• Task instructions:
Given the listing below, the answer must be only the number of lines containing the string "IFCFURNISHINGELEMENT".

• Data shown:

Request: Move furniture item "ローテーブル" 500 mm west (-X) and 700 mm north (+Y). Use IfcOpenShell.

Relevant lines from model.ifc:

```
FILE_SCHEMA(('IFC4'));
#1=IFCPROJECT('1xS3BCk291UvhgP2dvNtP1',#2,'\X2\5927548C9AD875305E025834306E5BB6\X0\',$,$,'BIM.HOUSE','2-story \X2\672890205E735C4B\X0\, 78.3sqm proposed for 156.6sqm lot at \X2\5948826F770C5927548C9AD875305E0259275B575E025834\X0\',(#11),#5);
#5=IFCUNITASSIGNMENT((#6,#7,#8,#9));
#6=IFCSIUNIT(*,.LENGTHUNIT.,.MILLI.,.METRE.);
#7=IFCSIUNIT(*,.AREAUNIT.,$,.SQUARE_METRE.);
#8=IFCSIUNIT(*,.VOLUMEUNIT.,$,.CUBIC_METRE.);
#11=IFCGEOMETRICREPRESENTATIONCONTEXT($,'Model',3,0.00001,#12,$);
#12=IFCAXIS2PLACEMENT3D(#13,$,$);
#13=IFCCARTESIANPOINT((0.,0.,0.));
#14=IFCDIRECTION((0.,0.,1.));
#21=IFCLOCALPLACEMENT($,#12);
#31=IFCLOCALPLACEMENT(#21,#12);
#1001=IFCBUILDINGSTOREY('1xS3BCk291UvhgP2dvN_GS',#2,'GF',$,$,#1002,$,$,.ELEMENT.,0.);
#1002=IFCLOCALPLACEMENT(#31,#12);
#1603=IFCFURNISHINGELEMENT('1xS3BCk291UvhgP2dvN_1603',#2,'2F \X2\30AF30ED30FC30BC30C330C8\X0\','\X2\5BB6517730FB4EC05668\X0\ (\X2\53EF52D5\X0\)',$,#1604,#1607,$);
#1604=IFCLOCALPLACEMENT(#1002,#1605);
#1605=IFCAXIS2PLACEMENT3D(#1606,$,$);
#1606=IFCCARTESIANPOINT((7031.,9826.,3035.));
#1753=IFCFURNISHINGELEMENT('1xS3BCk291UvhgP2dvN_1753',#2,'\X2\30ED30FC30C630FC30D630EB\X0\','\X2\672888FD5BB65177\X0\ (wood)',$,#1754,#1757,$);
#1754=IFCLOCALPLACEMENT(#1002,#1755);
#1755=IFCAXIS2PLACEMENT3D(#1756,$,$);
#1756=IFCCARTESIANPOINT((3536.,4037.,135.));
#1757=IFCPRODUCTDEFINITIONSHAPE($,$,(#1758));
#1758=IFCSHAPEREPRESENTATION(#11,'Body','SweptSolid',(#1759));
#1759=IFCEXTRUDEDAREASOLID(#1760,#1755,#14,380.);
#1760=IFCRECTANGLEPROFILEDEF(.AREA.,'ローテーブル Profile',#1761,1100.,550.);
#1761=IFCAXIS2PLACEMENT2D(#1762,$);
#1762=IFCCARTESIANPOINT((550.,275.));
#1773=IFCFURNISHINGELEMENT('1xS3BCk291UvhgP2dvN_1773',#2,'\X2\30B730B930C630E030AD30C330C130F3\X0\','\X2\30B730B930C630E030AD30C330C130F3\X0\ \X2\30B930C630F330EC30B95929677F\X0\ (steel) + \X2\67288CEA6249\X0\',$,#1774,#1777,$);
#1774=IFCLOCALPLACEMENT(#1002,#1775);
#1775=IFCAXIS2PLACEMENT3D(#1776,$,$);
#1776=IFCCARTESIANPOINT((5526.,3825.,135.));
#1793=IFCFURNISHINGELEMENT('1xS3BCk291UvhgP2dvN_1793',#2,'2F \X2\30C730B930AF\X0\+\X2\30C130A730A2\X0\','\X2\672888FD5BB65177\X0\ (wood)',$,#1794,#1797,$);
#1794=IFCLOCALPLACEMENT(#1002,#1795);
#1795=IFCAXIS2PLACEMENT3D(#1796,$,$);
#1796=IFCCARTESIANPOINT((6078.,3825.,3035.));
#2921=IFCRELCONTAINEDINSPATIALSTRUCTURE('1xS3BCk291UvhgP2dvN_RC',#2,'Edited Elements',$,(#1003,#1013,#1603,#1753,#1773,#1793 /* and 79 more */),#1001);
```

```python
import ifcopenshell
import ifcopenshell.api.geometry
import ifcopenshell.util.placement

model = ifcopenshell.open("model.ifc")

item = model.by_guid("1xS3BCk291UvhgP2dvN_1753")
matrix = ifcopenshell.util.placement.get_local_placement(item.ObjectPlacement)
matrix[0, 3] -= 500.0
matrix[1, 3] += 700.0
ifcopenshell.api.geometry.edit_object_placement(model, product=item, matrix=matrix, is_si=False)

print(ifcopenshell.util.placement.get_local_placement(item.ObjectPlacement).round(3) + 0.0)

model.write("model_edited.ifc")
```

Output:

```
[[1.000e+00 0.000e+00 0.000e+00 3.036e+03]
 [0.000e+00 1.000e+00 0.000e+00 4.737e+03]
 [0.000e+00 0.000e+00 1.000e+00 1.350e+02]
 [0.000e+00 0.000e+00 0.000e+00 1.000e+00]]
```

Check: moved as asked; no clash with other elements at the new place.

• Solution to this exercise:
4